EXERCISE PROMPT:
Could you set down exactly the lines of the data below, starting at the one that holds "#57=IFCINDEXEDPOLYGONALFACE((1,5,6,2));" and ending at the one that holds "#60=IFCINDEXEDPOLYGONALFACE((5,7,8,6));", both included, and only those?

PROVIDED RECORDS:
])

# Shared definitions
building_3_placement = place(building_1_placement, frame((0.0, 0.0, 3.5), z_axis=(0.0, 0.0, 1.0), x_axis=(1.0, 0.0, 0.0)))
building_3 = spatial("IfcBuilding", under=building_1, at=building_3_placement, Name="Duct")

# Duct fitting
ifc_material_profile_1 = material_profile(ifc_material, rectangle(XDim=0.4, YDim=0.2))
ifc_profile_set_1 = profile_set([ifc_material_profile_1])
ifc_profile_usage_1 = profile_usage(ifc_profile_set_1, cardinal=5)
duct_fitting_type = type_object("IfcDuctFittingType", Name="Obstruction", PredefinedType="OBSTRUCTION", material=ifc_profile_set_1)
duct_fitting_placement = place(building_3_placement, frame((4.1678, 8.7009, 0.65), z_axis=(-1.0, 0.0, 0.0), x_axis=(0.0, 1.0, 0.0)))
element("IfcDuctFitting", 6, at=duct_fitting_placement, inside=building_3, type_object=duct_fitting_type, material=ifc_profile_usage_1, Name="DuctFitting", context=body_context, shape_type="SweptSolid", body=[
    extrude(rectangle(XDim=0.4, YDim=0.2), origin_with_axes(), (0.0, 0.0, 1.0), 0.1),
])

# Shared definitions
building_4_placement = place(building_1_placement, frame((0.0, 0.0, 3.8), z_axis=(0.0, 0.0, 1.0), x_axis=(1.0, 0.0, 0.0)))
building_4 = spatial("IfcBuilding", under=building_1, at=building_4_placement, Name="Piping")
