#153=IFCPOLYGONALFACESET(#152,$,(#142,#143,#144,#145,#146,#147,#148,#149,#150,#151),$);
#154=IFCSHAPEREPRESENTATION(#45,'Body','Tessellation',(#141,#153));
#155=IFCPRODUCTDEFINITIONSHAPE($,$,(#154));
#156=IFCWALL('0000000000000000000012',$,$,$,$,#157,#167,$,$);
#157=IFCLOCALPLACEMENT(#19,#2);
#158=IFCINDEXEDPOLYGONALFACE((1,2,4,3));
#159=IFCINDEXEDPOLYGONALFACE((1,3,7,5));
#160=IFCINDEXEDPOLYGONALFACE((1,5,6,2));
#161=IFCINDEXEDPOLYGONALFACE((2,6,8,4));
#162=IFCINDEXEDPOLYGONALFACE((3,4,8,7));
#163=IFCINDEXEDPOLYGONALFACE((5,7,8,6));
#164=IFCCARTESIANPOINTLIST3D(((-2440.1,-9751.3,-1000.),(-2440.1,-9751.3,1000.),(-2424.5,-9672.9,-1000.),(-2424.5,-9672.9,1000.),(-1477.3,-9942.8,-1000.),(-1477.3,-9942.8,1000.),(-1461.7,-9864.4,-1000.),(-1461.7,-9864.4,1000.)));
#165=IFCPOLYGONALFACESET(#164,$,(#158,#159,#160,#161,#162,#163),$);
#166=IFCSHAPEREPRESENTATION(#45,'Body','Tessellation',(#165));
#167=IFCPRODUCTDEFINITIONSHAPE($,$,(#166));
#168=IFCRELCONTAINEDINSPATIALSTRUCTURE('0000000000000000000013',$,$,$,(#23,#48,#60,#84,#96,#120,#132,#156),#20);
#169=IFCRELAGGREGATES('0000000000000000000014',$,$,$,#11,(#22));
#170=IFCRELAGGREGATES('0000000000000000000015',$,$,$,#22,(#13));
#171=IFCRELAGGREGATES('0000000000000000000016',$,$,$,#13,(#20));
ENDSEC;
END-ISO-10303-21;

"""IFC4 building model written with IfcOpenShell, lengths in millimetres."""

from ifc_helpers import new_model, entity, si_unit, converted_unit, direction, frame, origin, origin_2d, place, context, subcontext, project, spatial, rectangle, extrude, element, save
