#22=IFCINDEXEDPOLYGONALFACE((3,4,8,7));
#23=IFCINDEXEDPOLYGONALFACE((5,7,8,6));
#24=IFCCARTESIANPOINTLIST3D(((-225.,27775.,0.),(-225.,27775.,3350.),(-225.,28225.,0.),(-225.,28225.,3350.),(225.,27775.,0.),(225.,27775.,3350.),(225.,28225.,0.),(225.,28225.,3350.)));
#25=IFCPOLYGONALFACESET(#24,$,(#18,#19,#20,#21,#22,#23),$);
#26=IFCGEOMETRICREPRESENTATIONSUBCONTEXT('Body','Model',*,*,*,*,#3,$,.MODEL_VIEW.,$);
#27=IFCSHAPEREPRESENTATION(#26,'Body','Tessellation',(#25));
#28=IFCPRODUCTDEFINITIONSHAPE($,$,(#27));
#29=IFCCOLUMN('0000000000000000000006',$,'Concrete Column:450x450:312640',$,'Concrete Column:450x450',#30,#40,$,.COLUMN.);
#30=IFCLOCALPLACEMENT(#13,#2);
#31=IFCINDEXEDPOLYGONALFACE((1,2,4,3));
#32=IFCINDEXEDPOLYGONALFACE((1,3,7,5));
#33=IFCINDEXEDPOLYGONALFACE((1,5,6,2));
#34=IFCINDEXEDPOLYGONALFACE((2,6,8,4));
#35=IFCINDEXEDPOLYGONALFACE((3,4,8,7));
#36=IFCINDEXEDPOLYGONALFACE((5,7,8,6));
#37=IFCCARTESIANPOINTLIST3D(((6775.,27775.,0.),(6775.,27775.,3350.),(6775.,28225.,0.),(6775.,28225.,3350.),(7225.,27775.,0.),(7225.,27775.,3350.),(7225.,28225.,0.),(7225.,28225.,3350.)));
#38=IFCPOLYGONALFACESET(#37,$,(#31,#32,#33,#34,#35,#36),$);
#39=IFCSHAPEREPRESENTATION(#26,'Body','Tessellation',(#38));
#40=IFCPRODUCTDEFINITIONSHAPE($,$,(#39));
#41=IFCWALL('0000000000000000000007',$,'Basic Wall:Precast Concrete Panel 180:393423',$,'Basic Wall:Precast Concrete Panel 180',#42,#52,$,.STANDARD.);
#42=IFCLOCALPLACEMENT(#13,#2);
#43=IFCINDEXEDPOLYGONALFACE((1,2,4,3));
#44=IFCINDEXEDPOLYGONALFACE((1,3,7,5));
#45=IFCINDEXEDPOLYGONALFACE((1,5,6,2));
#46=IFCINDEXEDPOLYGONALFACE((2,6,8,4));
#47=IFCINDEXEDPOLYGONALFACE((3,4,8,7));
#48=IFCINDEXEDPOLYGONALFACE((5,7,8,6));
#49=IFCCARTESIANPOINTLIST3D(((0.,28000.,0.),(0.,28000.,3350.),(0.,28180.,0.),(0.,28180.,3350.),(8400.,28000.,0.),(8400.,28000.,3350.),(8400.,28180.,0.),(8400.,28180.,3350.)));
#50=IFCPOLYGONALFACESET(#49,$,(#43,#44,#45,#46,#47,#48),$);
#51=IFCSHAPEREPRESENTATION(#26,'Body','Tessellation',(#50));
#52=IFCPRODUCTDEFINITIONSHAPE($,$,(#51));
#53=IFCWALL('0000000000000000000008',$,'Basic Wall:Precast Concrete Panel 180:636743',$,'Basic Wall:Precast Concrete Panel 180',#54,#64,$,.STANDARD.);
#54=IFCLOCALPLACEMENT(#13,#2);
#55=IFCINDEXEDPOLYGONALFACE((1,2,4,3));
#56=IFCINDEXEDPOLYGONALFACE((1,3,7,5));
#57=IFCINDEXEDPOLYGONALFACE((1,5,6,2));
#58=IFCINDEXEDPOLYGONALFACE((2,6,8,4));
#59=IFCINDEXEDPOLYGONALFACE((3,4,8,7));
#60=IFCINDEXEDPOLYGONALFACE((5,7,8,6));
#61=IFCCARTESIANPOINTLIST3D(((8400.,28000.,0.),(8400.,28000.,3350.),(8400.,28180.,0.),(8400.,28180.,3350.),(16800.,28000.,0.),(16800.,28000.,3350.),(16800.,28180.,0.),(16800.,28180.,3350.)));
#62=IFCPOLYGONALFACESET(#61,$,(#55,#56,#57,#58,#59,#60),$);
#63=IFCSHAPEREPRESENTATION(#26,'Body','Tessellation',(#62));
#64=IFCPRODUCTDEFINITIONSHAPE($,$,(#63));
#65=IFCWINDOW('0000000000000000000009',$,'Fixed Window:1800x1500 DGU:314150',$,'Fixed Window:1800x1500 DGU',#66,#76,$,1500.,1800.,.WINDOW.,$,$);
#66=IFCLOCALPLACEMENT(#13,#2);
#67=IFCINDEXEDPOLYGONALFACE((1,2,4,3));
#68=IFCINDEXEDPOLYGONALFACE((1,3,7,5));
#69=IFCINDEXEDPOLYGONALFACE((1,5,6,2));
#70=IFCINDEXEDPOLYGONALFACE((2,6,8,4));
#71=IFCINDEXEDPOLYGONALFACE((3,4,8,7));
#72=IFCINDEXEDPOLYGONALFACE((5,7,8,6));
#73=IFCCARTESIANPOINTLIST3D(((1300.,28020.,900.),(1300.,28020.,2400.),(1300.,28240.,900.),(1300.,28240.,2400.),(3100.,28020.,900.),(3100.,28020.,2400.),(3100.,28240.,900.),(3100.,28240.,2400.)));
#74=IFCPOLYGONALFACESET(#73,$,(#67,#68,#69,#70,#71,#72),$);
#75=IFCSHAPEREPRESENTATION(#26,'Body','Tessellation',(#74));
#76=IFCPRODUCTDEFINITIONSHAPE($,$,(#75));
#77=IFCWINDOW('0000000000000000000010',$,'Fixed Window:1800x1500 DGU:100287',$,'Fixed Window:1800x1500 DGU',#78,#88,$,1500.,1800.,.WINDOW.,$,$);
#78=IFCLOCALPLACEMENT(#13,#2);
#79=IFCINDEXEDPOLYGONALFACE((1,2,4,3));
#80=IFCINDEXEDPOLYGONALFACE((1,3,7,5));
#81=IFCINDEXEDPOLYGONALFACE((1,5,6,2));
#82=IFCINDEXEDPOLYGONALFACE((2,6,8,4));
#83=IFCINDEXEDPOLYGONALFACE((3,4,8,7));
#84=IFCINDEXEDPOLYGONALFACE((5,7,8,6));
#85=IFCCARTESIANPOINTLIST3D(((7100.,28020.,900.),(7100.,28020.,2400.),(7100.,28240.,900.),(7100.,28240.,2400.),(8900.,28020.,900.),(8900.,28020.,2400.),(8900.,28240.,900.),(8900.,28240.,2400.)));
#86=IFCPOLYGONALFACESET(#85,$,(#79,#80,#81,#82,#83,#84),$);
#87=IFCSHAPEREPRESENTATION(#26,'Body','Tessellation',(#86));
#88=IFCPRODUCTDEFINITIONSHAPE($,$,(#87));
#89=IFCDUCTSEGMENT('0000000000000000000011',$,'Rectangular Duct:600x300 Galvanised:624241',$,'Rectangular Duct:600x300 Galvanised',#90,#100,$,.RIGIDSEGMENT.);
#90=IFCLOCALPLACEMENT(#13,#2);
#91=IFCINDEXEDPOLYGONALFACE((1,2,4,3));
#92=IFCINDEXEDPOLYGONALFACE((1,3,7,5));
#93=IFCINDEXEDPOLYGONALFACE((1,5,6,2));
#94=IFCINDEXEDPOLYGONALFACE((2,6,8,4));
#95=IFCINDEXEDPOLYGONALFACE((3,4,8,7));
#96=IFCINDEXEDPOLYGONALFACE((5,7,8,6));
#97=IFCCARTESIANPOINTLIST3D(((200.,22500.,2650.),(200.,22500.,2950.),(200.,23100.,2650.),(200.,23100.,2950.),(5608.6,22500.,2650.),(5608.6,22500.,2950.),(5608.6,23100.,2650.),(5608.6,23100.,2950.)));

TASK ANSWER:
#57=IFCINDEXEDPOLYGONALFACE((1,5,6,2));
#58=IFCINDEXEDPOLYGONALFACE((2,6,8,4));
#59=IFCINDEXEDPOLYGONALFACE((3,4,8,7));
#60=IFCINDEXEDPOLYGONALFACE((5,7,8,6));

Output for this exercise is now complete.